La réalité du suicide au Japon

Société

Les suicides sont encore nombreux au Japon, même s’il y en a moins qu’à la période de pic. Pourquoi le nombre de suicides a-t-il connu une augmentation soudaine à la fin des années 1990 ? Quels sont les facteurs qui ont conduit à cela ? Takahashi Yoshitomo présente la réalité du suicide au Japon et réfléchit à une ordonnance pour aider ceux qui l’envisagent.

D’après les statistiques de l’Agence nationale de police, le nombre annuel de décès par suicides s’élevait à environ 22 000 entre 1988 et 1997. En 1998, il a soudain augmenté pour franchir pour la première fois la barre des 30 000 et atteindre 32 863. Il a fallu attendre 2012 pour qu’il repasse en-dessous de 30 000. Depuis, il baisse graduellement. Le Japon occupe cependant un rang élevé dans les statistiques de l’OMS, puisqu’il se classe au 17e rang mondial pour le taux de suicides.

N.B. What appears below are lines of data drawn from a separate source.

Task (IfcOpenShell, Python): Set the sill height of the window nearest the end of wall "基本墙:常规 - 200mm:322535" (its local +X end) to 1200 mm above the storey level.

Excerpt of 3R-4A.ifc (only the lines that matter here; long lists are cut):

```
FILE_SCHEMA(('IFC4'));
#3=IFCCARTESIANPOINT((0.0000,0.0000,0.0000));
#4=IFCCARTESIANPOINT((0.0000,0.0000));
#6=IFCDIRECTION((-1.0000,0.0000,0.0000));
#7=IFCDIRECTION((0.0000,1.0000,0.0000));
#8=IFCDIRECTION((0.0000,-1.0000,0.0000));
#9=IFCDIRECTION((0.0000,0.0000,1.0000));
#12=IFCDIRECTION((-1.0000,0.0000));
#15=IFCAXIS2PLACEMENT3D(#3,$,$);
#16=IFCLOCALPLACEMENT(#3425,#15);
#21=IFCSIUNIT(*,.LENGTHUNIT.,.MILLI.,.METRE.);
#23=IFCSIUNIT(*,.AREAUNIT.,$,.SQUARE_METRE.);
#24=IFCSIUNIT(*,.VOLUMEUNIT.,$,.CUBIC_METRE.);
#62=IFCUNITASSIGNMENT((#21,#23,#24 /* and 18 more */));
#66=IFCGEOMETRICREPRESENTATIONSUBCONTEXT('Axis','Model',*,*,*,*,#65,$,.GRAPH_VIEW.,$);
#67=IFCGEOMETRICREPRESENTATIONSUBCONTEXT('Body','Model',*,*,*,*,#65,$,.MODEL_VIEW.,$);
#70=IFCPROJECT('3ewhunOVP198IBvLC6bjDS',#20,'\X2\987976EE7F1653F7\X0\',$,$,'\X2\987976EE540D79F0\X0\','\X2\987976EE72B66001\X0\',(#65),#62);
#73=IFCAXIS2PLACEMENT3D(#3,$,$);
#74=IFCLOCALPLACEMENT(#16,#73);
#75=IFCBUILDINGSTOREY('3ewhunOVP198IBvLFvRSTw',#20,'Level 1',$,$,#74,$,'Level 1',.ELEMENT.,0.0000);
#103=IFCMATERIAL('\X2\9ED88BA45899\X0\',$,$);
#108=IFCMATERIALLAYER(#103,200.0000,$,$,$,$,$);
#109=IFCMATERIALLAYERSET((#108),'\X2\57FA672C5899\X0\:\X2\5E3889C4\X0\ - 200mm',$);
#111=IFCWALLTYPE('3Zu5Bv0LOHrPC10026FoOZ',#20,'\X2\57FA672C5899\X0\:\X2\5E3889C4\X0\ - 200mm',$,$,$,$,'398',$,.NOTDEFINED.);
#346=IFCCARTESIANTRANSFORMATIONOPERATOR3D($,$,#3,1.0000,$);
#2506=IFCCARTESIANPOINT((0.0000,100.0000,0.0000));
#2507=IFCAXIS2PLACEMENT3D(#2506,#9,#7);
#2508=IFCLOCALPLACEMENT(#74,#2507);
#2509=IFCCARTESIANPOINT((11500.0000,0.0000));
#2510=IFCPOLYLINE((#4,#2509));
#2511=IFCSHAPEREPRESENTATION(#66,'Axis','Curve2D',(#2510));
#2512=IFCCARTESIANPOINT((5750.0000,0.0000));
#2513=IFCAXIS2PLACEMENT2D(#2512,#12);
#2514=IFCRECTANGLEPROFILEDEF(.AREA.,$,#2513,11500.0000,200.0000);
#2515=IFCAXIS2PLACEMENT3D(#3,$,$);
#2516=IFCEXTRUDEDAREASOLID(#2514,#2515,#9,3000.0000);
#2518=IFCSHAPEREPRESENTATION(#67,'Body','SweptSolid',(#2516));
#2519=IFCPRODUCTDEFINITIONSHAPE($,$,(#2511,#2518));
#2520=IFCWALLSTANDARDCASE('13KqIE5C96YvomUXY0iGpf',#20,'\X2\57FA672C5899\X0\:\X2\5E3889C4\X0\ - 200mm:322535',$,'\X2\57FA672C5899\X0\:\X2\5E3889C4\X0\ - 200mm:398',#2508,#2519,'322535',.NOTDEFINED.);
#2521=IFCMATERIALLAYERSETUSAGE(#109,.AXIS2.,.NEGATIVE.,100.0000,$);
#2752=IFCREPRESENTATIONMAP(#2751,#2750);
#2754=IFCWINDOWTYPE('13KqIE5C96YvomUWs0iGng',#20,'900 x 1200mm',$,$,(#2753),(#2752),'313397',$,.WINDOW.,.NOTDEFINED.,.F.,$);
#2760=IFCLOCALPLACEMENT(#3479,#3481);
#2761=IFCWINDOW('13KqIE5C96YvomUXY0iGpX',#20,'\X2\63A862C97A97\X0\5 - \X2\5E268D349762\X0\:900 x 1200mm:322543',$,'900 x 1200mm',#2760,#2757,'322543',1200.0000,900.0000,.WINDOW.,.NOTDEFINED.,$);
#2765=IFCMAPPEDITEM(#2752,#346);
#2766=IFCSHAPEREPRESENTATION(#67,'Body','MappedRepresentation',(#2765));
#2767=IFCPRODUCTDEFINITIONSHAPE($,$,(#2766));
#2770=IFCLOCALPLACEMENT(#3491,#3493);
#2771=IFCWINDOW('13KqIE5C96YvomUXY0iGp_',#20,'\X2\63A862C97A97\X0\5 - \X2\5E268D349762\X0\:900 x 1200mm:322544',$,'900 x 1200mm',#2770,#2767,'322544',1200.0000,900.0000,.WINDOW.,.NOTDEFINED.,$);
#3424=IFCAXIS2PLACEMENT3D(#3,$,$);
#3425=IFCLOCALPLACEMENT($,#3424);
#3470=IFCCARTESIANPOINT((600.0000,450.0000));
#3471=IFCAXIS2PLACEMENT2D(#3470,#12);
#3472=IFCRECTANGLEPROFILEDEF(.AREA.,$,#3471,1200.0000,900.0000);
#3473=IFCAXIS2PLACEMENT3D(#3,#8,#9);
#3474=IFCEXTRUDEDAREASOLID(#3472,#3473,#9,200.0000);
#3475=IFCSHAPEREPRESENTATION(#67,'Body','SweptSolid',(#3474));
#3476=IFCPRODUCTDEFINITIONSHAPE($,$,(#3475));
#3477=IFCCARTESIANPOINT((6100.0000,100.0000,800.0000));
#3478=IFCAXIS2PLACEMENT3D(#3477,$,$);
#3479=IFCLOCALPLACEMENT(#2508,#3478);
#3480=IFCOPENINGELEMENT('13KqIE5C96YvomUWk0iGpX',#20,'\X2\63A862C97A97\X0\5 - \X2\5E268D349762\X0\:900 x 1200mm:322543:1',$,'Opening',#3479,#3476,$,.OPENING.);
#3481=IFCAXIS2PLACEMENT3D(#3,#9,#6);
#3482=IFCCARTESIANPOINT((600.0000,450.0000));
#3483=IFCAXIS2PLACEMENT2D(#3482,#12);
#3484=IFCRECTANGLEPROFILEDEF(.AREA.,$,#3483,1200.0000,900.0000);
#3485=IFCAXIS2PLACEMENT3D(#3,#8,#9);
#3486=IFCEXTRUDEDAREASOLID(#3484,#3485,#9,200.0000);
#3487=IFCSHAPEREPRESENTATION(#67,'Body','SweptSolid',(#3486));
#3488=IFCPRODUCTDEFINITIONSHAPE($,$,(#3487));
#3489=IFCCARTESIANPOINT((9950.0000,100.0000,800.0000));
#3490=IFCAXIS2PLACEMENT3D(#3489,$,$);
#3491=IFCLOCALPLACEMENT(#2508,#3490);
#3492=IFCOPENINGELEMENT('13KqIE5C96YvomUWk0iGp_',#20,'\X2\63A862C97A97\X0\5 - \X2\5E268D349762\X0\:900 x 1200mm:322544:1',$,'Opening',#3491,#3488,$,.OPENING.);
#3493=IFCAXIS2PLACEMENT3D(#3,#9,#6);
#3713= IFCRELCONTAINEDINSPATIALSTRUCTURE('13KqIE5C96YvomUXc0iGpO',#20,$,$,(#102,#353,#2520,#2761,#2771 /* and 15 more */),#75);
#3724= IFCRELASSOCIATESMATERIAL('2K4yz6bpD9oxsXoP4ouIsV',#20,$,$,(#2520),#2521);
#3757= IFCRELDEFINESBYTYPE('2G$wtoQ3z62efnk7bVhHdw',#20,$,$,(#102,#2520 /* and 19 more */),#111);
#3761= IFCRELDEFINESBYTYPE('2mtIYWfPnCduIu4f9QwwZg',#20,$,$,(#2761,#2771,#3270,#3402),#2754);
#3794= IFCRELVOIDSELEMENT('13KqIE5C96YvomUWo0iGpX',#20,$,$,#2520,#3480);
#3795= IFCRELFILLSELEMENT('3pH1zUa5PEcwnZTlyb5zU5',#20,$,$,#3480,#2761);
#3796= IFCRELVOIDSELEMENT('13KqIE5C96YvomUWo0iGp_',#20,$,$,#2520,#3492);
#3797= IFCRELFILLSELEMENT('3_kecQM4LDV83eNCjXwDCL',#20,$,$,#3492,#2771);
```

```python
import numpy as np
import ifcopenshell
import ifcopenshell.api.geometry
import ifcopenshell.geom
import ifcopenshell.util.element
import ifcopenshell.util.placement
import ifcopenshell.util.shape
import ifcopenshell.util.unit

model = ifcopenshell.open("3R-4A.ifc")
unit_scale = ifcopenshell.util.unit.calculate_unit_scale(model)

window = model.by_id(2771)
opening = window.FillsVoids[0].RelatingOpeningElement
storey = ifcopenshell.util.element.get_container(window, ifc_class="IfcBuildingStorey")
level = ifcopenshell.util.placement.get_local_placement(storey.ObjectPlacement)[2, 3]

# The opening's origin need not be at the sill, so measure its lowest point.
shape = ifcopenshell.geom.create_shape(ifcopenshell.geom.settings(), opening)
bottom = ifcopenshell.util.shape.get_shape_bottom_elevation(shape, shape.geometry) / unit_scale
dz = level + 1.2 / unit_scale - bottom

shift = np.array([0.0, 0.0, dz])
# The window is placed relative to its opening, so it follows when the opening moves.
matrix = ifcopenshell.util.placement.get_local_placement(opening.ObjectPlacement)
matrix[:3, 3] += shift
ifcopenshell.api.geometry.edit_object_placement(
    model, product=opening, matrix=matrix, is_si=False, should_transform_children=True
)

print(f"moved by {dz * unit_scale:+.3f} m")

model.write("3R-4A_updated.ifc")
```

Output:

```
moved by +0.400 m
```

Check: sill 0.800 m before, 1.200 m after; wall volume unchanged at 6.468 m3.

L’augmentation du nombre de suicides chez les hommes âgés de 40 à 59 ans est particulièrement préoccupante. Alors que la tendance au niveau mondial est à une augmentation du taux de suicide chez les hommes jeunes lorsqu’une société connaît des changements rapides, la principale caractéristique des suicides au Japon depuis la fin des années 1990 est leur progression chez les hommes d’âge mûr.

Pourquoi les hommes d’âge mûr se suicident-ils plus ?

Le psychiatre Amakasa Takashi identifie trois facteurs qui l’expliquent :

1) Effondrement du système de l’emploi à vie : le marasme de l’économie japonaise s’est aggravé pendant les années 1990, qualifiées de « décennie perdue ». Le nombre d’entreprises capables de préserver le système d’emploi à vie, qui a été un des piliers de la forte croissance économique de l’après-guerre, a diminué. La détérioration de leurs résultats les a conduites à licencier.

2) Introduction de l’évaluation de la performance : ce marasme a aussi rendu difficile le maintien du système de rémunération basé sur l’ancienneté, qui était la règle au Japon. La dernière décennie du XXe siècle a vu l’introduction d’un système à l’occidentale, basé sur l’évaluation de la performance. Cette introduction rapide qui visait avant tout à faire baisser le coût du travail a créé beaucoup d’insatisfaction chez les salariés.

3) Augmentation de l’emploi précaire : cette forme d’emploi a commencé à augmenter depuis le marasme des années 1990.

Il est permis de penser que ces trois facteurs, liés les uns aux autres de manière complexe, et qui exercent une influence particulièrement importante sur les hommes d’âge mûr, ont conduit à l’augmentation des suicides.

Le suicide comme problème sociétal

La loi sur la prévention du suicide adoptée en 1996, sur le fond de cette situation préoccupante, a pris une forme concrète en 1997, avec l’annonce d’un programme de mesures globales pour lutter contre le suicide. Considéré jusque là essentiellement comme un problème individuel, il a été clairement défini une question sociétale qu’il fallait envisager au niveau global. Différentes mesures ont ensuite été mises en place, dans le domaine de la santé mentale, de la lutte contre l’endettement, et du soutien aux familles dont un membre s’était suicidé.

Le nombre de suicides a ensuite commencé à baisser graduellement pour repasser sous la barre de 30 000 décès par an en 2012. Les dernières statistiques disponibles, celles de l’année 2015, indiquent qu’il y a eu cette année-là 24 025 décès consécutifs à un suicide. C’est certainement une nette diminution par rapport à l’apogée, mais ce nombre ne signifie qu’un retour au niveau d’avant 1998. En 2015, le nombre de décès dus à un suicide a été 5,8 fois plus élevé que celui des décès consécutifs à un accident de la circulation (4 117). On ne saurait se satisfaire de cette baisse.